**What you are asked to do**
Find the string "IFCSIUNIT" in the entries and copy each line that has it.

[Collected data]

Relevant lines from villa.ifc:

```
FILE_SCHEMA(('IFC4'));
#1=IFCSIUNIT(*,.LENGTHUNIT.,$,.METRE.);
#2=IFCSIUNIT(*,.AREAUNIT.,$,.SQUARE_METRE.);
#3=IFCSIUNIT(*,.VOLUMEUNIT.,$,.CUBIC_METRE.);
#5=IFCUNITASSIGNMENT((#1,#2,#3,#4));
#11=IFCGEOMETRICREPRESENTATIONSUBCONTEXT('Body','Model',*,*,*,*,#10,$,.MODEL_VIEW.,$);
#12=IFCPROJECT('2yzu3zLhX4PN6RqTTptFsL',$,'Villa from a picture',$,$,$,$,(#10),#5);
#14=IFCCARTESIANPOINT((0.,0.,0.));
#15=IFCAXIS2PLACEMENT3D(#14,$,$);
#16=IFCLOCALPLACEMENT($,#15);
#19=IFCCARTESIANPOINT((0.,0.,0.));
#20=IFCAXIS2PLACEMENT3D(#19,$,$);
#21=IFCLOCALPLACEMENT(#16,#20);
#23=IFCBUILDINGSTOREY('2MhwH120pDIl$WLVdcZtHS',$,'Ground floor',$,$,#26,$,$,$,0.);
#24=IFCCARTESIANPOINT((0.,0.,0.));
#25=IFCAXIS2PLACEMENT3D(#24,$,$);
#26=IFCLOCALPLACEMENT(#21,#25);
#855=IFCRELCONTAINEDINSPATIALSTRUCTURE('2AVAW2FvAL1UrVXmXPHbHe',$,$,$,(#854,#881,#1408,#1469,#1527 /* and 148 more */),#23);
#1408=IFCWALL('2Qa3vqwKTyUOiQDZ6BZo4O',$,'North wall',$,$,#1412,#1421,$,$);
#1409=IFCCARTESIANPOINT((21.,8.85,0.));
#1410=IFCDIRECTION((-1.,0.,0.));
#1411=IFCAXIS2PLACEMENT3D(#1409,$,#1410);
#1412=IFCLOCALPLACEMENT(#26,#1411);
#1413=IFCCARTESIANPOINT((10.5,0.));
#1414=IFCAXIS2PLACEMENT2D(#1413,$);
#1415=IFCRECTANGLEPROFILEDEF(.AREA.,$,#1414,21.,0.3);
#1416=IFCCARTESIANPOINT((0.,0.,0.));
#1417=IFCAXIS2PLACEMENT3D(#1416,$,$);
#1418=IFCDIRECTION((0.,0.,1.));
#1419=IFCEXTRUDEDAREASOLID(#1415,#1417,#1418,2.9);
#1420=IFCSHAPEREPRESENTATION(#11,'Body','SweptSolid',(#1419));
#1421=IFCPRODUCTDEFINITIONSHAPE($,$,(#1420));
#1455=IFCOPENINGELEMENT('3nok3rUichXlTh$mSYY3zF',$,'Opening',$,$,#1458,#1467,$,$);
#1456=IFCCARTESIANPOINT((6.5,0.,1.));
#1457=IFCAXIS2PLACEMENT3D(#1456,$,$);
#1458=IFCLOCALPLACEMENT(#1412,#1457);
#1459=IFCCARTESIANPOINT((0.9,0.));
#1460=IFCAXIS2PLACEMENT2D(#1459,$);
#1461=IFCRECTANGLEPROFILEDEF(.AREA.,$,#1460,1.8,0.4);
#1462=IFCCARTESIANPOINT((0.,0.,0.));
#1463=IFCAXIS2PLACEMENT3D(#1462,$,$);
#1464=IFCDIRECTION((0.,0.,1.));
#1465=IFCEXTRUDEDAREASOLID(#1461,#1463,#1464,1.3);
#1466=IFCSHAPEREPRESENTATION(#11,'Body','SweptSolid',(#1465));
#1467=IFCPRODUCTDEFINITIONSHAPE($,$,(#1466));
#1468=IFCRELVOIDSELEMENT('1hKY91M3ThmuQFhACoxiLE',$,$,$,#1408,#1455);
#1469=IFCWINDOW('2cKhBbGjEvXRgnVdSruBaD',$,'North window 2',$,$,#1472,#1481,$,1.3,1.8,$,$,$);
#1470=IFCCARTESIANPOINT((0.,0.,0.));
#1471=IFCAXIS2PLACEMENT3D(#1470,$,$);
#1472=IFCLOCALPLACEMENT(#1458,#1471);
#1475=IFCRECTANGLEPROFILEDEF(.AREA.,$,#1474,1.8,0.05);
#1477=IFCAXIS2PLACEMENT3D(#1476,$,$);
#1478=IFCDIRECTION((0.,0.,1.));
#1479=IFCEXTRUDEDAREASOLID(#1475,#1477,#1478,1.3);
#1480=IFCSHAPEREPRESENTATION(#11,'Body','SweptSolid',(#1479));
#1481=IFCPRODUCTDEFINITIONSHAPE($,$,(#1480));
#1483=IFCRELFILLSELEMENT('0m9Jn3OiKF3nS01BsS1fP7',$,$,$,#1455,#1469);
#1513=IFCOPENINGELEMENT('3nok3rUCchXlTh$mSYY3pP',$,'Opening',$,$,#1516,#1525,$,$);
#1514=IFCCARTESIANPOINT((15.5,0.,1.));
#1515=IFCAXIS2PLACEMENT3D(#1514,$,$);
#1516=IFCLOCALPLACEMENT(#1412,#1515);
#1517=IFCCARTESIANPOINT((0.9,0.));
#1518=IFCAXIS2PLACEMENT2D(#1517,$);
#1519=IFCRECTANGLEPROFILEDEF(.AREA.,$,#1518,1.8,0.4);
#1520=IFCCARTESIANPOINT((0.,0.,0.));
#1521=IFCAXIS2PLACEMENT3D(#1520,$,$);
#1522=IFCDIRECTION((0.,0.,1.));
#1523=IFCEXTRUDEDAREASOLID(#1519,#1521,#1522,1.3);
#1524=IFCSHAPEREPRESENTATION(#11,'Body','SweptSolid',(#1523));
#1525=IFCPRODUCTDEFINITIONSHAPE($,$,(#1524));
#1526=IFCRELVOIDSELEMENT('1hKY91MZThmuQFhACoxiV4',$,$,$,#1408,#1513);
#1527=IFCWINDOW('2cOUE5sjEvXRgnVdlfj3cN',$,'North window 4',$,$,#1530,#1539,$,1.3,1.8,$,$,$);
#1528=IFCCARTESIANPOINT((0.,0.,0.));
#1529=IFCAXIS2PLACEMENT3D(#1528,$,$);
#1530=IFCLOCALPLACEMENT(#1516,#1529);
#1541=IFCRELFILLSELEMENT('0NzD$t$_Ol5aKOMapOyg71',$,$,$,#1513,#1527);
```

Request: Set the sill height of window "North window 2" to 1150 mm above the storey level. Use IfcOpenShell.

```python
import numpy as np
import ifcopenshell
import ifcopenshell.api.geometry
import ifcopenshell.geom
import ifcopenshell.util.element
import ifcopenshell.util.placement
import ifcopenshell.util.shape
import ifcopenshell.util.unit

model = ifcopenshell.open("villa.ifc")
unit_scale = ifcopenshell.util.unit.calculate_unit_scale(model)

window = model.by_guid("2cKhBbGjEvXRgnVdSruBaD")
opening = window.FillsVoids[0].RelatingOpeningElement
storey = ifcopenshell.util.element.get_container(window, ifc_class="IfcBuildingStorey")
level = ifcopenshell.util.placement.get_local_placement(storey.ObjectPlacement)[2, 3]

# The opening's origin need not be at the sill, so measure its lowest point.
shape = ifcopenshell.geom.create_shape(ifcopenshell.geom.settings(), opening)
bottom = ifcopenshell.util.shape.get_shape_bottom_elevation(shape, shape.geometry) / unit_scale
dz = level + 1.15 / unit_scale - bottom

shift = np.array([0.0, 0.0, dz])
# The window is placed relative to its opening, so it follows when the opening moves.
matrix = ifcopenshell.util.placement.get_local_placement(opening.ObjectPlacement)
matrix[:3, 3] += shift
ifcopenshell.api.geometry.edit_object_placement(
    model, product=opening, matrix=matrix, is_si=False, should_transform_children=True
)

print(f"moved by {dz * unit_scale:+.3f} m")

model.write("villa_rev.ifc")
```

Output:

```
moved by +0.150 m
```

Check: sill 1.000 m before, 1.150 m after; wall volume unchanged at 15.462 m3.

**Solution to the exercise**
#1=IFCSIUNIT(*,.LENGTHUNIT.,$,.METRE.);
#2=IFCSIUNIT(*,.AREAUNIT.,$,.SQUARE_METRE.);
#3=IFCSIUNIT(*,.VOLUMEUNIT.,$,.CUBIC_METRE.);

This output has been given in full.